L’AVIS D’APRÈS
Annabelle Amoros & Pauline Julier
Une série de discussions où les diplômé·es de l’école vous disent tout sur la vie à la sortie de l’ENSP.
Soutenue par la Fondation d’entreprise Neuflize OBC
Annabelle Amoros est une réalisatrice formée à l’École Supérieure d’Art de Lorraine (2012), à l’École Supérieure de la Photographie d’Arles (2014) et au Fresnoy – Studio National des Arts Contemporains (2018). Elle a d’abord réalisé des courts métrages d’école, tels que Welcome to My World (2013), La maison des Lilas (2016), Area 51, Nevada, USA, (2017), diffusés dans de nombreux festivals en France et à l’étranger.

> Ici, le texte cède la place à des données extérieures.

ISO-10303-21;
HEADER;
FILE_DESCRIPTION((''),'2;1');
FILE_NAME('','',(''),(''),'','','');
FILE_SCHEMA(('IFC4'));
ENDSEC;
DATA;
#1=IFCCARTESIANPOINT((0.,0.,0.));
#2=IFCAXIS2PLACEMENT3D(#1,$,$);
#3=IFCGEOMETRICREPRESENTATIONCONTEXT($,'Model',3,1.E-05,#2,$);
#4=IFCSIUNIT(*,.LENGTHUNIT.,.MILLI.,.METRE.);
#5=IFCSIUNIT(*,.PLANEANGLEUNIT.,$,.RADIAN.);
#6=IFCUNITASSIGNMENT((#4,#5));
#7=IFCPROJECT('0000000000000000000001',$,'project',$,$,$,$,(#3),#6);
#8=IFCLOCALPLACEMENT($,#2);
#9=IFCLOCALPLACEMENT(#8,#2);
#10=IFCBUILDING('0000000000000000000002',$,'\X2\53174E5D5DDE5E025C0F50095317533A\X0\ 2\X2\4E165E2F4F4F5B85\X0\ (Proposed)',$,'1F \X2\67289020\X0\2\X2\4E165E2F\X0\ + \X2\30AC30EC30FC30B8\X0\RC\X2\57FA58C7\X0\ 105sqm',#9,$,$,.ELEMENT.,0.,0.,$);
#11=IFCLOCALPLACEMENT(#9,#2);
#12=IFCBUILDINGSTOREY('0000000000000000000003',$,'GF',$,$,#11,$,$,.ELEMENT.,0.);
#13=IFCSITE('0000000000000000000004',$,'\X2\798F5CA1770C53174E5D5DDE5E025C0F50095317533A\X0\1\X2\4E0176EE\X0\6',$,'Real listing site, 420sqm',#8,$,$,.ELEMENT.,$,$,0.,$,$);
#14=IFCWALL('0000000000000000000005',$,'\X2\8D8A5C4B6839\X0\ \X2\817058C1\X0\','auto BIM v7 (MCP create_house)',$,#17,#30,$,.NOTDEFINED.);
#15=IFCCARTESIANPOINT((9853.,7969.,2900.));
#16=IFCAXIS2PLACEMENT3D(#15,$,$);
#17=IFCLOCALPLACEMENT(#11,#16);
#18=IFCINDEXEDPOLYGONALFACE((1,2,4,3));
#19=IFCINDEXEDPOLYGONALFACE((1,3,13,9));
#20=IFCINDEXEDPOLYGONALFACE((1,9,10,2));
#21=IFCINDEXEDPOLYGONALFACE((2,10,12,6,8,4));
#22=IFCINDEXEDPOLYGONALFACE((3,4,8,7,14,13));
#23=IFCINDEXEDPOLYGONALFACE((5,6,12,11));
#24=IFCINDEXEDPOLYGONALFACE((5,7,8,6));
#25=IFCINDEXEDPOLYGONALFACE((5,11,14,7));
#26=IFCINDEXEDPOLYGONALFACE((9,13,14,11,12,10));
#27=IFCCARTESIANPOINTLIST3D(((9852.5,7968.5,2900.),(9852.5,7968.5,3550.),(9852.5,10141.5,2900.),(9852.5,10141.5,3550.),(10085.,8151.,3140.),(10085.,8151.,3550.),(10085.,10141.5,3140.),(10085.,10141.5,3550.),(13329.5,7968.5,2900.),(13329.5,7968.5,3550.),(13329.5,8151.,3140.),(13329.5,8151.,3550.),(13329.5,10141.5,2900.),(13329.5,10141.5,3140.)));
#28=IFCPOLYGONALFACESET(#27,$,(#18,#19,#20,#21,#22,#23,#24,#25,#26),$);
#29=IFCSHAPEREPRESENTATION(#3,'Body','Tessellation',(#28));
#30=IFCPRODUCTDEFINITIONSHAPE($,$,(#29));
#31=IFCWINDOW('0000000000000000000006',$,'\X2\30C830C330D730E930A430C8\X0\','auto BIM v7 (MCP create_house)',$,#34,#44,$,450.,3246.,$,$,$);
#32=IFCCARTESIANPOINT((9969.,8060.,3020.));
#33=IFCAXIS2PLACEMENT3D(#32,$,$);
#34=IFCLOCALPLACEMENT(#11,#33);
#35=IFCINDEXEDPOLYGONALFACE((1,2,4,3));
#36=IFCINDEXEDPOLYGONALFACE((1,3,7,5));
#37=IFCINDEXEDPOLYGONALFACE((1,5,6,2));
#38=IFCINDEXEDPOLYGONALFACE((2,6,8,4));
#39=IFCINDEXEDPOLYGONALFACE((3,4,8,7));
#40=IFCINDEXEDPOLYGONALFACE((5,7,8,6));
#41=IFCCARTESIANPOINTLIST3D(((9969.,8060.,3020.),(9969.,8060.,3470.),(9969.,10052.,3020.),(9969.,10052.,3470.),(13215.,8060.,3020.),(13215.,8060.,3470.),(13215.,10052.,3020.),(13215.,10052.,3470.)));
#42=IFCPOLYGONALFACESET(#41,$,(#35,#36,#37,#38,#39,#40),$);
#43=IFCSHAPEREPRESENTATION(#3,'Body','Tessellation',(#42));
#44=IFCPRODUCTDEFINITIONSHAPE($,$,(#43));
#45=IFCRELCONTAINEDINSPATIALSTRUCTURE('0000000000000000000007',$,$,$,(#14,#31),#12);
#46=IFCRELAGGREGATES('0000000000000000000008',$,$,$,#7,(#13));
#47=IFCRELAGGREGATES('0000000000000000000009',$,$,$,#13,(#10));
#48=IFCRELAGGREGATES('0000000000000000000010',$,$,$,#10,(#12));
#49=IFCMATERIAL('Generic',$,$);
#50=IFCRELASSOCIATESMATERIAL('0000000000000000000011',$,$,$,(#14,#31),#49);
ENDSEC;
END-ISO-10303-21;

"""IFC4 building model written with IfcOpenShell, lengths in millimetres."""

from ifc_helpers import new_model, si_unit, frame, frame_2d, origin, place, context, project, spatial, rectangle, extrude, material, element, fill, save


model = new_model("IFC4")

# Units and contexts
model_context = context("Model", 3, precision=1e-05, world=origin())
ifc_project = project(units=[si_unit("LENGTHUNIT", "METRE", prefix="MILLI"), si_unit("PLANEANGLEUNIT", "RADIAN")], contexts=[model_context])

# Site, building, storey
site_placement = place(None, origin())
site = spatial("IfcSite", under=ifc_project, at=site_placement, Name="福岡県北九州市小倉北区1丁目6", ObjectType="Real listing site, 420sqm", CompositionType="ELEMENT", RefElevation=0.0)
building_placement = place(site_placement, origin())
building = spatial("IfcBuilding", under=site, at=building_placement, Name="北九州市小倉北区 2世帯住宅 (Proposed)", ObjectType="1F 木造2世帯 + ガレージRC基壇 105sqm", CompositionType="ELEMENT", ElevationOfRefHeight=0.0, ElevationOfTerrain=0.0)
storey_placement = place(building_placement, origin())
storey = spatial("IfcBuildingStorey", under=building, at=storey_placement, Name="GF", CompositionType="ELEMENT", Elevation=0.0)

# Shared definitions
ifc_material = material(Name="Generic")

# Wall, opening, window
wall_1_placement = place(storey_placement, frame((9853.0, 7969.0, 2900.0)))
wall_1 = element("IfcWall", 1, at=wall_1_placement, inside=storey, material=ifc_material, Name="越屋根 腰壁", Description="auto BIM v7 (MCP create_house)", PredefinedType="NOTDEFINED", context=model_context, shape_type="SweptSolid", body=[
    extrude(rectangle(XDim=3477.0, YDim=2173.0, at=frame_2d((1738.0, 1086.0))), frame((9853.0, 7969.0, 2900.0)), (0.0, 0.0, 1.0), 650.0),
])
opening_1_placement = place(storey_placement, frame((9969.0, 8060.0, 3020.0)))
opening_1 = element("IfcOpeningElement", 2, at=opening_1_placement, cuts=wall_1, PredefinedType="NOTDEFINED", context=model_context, shape_type="SweptSolid", body=[
    extrude(rectangle(XDim=3246.0, YDim=1992.0, at=frame_2d((1623.0, 996.0))), frame((9969.0, 8060.0, 3020.0)), (0.0, 0.0, 1.0), 450.0),
])
window_1_placement = place(storey_placement, frame((9969.0, 8060.0, 3020.0)))
window_1 = element("IfcWindow", 3, at=window_1_placement, inside=storey, material=ifc_material, Name="トップライト", Description="auto BIM v7 (MCP create_house)", OverallHeight=450.0, OverallWidth=3246.0, context=model_context, shape_type="SweptSolid", body=[
    extrude(rectangle(XDim=3246.0, YDim=1992.0, at=frame_2d((1623.0, 996.0))), frame((9969.0, 8060.0, 3020.0)), (0.0, 0.0, 1.0), 450.0),
])
fill(opening_1, window_1)

save(model, "model.ifc")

Ses productions ont a trait à l’art vidéo, au cinéma et à la photographie. Pour chacune d’entre elles, à l’instar de l’anthropologue, elle s’immerge durant plusieurs semaines, plusieurs mois, voire plusieurs années dans la vie des personnages peuplant ses films. Cette démarche lui permet de mieux cerner ses problématiques – sociales et sociétales -, d’analyser des situations et d’avoir une meilleure compréhension du lieu qu’elle filme et des actions qui s’y passent.

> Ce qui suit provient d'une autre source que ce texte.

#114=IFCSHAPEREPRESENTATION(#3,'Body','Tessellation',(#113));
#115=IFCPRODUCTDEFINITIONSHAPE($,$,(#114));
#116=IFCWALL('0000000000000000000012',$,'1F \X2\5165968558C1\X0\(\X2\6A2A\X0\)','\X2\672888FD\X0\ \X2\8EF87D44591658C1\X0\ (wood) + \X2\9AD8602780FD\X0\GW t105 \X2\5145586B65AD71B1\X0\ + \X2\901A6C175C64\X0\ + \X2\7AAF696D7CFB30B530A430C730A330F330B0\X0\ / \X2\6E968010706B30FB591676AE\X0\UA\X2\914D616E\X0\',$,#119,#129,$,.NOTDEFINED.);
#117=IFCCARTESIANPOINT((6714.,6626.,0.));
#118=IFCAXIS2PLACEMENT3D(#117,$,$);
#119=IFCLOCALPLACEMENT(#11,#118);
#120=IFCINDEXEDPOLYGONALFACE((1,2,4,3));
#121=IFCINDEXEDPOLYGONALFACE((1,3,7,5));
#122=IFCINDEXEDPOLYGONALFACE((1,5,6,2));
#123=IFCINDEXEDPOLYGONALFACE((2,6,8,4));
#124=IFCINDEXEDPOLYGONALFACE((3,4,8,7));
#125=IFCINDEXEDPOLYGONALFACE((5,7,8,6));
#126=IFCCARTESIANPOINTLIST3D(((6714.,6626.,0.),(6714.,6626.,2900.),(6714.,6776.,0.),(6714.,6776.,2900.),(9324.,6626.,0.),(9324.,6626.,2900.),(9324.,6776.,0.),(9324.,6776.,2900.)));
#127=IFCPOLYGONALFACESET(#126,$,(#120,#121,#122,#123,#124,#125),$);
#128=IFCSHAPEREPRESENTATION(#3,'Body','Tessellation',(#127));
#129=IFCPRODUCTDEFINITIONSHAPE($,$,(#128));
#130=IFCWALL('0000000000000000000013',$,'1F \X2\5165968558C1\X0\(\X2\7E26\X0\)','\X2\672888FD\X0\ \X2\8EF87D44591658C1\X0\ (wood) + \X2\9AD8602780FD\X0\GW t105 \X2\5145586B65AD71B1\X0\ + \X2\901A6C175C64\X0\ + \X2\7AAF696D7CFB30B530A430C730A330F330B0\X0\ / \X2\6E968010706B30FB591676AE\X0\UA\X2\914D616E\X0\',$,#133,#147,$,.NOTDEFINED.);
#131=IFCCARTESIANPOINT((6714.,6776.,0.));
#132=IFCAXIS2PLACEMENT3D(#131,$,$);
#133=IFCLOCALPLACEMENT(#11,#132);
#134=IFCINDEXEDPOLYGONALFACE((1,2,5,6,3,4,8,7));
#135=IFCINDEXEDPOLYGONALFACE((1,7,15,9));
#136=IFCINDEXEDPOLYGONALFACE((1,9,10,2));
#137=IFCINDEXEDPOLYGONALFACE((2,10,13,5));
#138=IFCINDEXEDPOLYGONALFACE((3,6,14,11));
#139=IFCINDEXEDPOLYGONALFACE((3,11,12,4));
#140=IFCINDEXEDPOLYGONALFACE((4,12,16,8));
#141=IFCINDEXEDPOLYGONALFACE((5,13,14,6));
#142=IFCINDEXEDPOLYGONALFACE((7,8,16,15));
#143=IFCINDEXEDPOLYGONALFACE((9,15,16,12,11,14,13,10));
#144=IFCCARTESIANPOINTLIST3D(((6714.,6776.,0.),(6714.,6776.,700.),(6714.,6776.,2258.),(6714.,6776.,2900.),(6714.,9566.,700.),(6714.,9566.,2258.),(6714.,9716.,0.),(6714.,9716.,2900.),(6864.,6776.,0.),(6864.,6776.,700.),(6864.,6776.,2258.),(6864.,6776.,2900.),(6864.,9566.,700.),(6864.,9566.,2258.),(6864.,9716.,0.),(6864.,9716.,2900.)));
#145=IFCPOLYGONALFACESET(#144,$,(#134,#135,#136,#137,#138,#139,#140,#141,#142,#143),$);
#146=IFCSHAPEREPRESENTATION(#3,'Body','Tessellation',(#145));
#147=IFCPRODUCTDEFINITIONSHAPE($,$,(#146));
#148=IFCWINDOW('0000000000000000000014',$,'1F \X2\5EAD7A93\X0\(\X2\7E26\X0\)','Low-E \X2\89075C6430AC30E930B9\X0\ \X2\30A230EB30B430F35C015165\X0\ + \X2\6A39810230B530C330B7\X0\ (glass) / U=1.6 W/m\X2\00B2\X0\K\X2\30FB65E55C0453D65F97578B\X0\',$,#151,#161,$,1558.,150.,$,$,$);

Ses plans, généralement fixes, voisinent avec la photographie. Ils sont la plupart du temps captés au crépuscule, offrant ainsi d’accentuer la magie, l’onirisme, le mystère, parfois l’angoisse, et la théâtralisation des espaces et des êtres.
Depuis 2018, elle collabore avec Clarisse Tupin chez Paraíso Production, avec laquelle elle réalise Churchill, Polar Bear Town qui remporte de nombreux prix en festival – Mention Spéciale à Clermont-Ferrand, Prix du Jury Jeune à Visions du Réel, Mention Spéciale à IndieLisboa – et est nommé au César du Meilleur Court Métrage documentaire en 2023.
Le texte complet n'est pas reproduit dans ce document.